Question

The normal boiling point of \(\mathrm{Br}_{2}(l)\) is \(58.8^{\circ} \mathrm{C}\), and its molar enthalpy of vaporization is \(\Delta H_{\text {vap }}=29.6 \mathrm{kl} / \mathrm{mol}\). (a) When \(\mathrm{Br}_{2}(l)\) boils at its normal boiling point, does its entropy increase or decrease? (b) Calculate the value of \(\Delta S\) when \(1.00\) mol of \(\mathrm{Br}_{2}(l)\) is vaporized at \(58.8^{\circ} \mathrm{C}\)

Short answer

(a) The entropy of liquid Bromine increases when it boils at its normal boiling point. (b) The change in entropy when 1.00 mol of liquid Bromine is vaporized at 58.8°C is \(89.12 \, J/mol \cdot K\).

Step-by-step solution

Convert temperature from Celsius to Kelvin

First, we need to convert the temperature from Celsius to Kelvin using the following formula: T(K) = T(°C) + 273.15 T(K) = 58.8 + 273.15 T(K) = 331.95 K

Calculate the change in entropy

Now that we have the temperature in Kelvin, we can proceed to calculate the change in entropy using the formula: ΔS = ΔH_vap / T where ΔH_vap is in J/mol First, convert ΔH_vap from kJ/mol to J/mol by multiplying by 1000: \(ΔH_{vap} = 29.6 \, kJ/mol * 1000 = 29600 \, J/mol\) Now, we can plug in the values we have into the equation: ΔS = 29600 J/mol / 331.95 K ΔS = 89.12 J/(mol K)

Determine if the entropy increases or decreases

Since ΔS is a positive value (89.12 J/mol K), this means that the entropy of Bromine increases when it boils at its normal boiling point. #Answer#: (a) The entropy of liquid Bromine increases when it boils at its normal boiling point. (b) The change in entropy when 1.00 mol of liquid Bromine is vaporized at 58.8°C is 89.12 J/mol K.

Key concepts

Understanding Entropy in Phase Changes

Entropy is a key concept in thermodynamics, representing the degree of disorder or randomness in a system. During a phase change, such as boiling, the system's entropy changes. For instance, when

• liquid bromine (\(\text{Br}_2(l)\)) boils, it transitions from a more ordered liquid state to a less ordered gas state.
• Since gases have more freedom of movement, they are more disordered, leading to an increase in entropy.

This is why the change in entropy \(\Delta S\) is positive when bromine boils at its normal boiling point of 58.8°C. The calculated entropy change of 89.12 J/(mol K) confirms that there is an increase in disorder.

The Role of Enthalpy in Phase Transitions

Enthalpy is the total heat content of a system and plays a vital role during phase transitions. When bromine boils, it requires energy to overcome intermolecular forces.

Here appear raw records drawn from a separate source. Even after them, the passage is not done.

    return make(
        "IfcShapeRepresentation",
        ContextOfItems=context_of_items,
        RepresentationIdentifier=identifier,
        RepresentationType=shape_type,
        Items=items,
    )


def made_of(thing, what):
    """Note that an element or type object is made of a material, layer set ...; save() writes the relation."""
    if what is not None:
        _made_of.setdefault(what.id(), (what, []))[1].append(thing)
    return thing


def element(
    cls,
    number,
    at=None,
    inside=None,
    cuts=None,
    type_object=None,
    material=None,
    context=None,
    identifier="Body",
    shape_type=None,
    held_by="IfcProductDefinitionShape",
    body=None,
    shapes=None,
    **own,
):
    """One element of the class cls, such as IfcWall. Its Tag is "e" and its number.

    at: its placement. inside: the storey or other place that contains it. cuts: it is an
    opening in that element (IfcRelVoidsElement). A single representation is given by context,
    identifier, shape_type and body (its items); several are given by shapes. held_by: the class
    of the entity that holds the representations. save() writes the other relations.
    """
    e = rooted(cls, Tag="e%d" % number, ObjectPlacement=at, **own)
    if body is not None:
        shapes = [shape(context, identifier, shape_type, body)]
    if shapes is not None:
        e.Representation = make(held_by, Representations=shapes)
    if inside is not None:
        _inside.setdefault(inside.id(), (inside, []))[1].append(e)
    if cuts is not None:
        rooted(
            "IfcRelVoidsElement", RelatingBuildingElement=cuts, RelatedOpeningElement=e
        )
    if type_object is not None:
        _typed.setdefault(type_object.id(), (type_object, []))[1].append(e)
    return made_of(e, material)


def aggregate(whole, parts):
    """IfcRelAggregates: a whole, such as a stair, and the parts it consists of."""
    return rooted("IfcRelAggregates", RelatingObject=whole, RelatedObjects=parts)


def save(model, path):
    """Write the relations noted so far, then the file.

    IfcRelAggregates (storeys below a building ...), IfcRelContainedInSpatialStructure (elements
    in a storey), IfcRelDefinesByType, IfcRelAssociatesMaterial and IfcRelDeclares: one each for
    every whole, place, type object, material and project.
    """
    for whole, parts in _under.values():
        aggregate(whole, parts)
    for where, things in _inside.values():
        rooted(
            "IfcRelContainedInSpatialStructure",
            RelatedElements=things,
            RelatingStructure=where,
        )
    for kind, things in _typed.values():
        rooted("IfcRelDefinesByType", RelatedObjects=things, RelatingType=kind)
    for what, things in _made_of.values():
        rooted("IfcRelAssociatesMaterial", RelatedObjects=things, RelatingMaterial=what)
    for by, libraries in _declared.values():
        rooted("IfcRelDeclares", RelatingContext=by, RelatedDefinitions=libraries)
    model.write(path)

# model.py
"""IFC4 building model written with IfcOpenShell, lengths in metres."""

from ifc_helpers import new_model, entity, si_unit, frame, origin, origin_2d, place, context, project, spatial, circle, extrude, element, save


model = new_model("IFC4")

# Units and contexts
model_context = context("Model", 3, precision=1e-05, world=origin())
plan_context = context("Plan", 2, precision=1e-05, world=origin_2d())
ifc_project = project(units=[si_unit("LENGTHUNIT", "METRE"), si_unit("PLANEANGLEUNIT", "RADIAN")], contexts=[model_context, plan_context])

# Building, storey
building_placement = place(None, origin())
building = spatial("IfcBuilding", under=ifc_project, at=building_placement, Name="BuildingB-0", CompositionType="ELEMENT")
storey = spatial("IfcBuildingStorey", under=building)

• This energy change is known as the molar enthalpy of vaporization \(\Delta H_{vap}\).
• For bromine, \(\Delta H_{vap}\) is 29.6 kJ/mol at its normal boiling point.

This endothermic process absorbs heat from the surroundings, helping bromine transition to a gaseous phase. During boiling, heat is absorbed without changing temperature but increases the enthalpy of the system, facilitating the transition.

Phase Transition: Boiling of Bromine

Phase transitions involve a change of state, and understanding them requires considering both entropy and enthalpy. For bromine:

• The boiling point is 58.8°C or 331.95 K, where the liquid turns to vapor.
• During this transition, the entropy increases as the molecules spread out in the gas phase.

The calculated positive \(\Delta S\) indicates increased disorder. The process involves absorbing heat (endothermic), leading to a phase change where enthalpy rises. This dual consideration of entropy and enthalpy helps explain why boiling occurs and its energetic nature.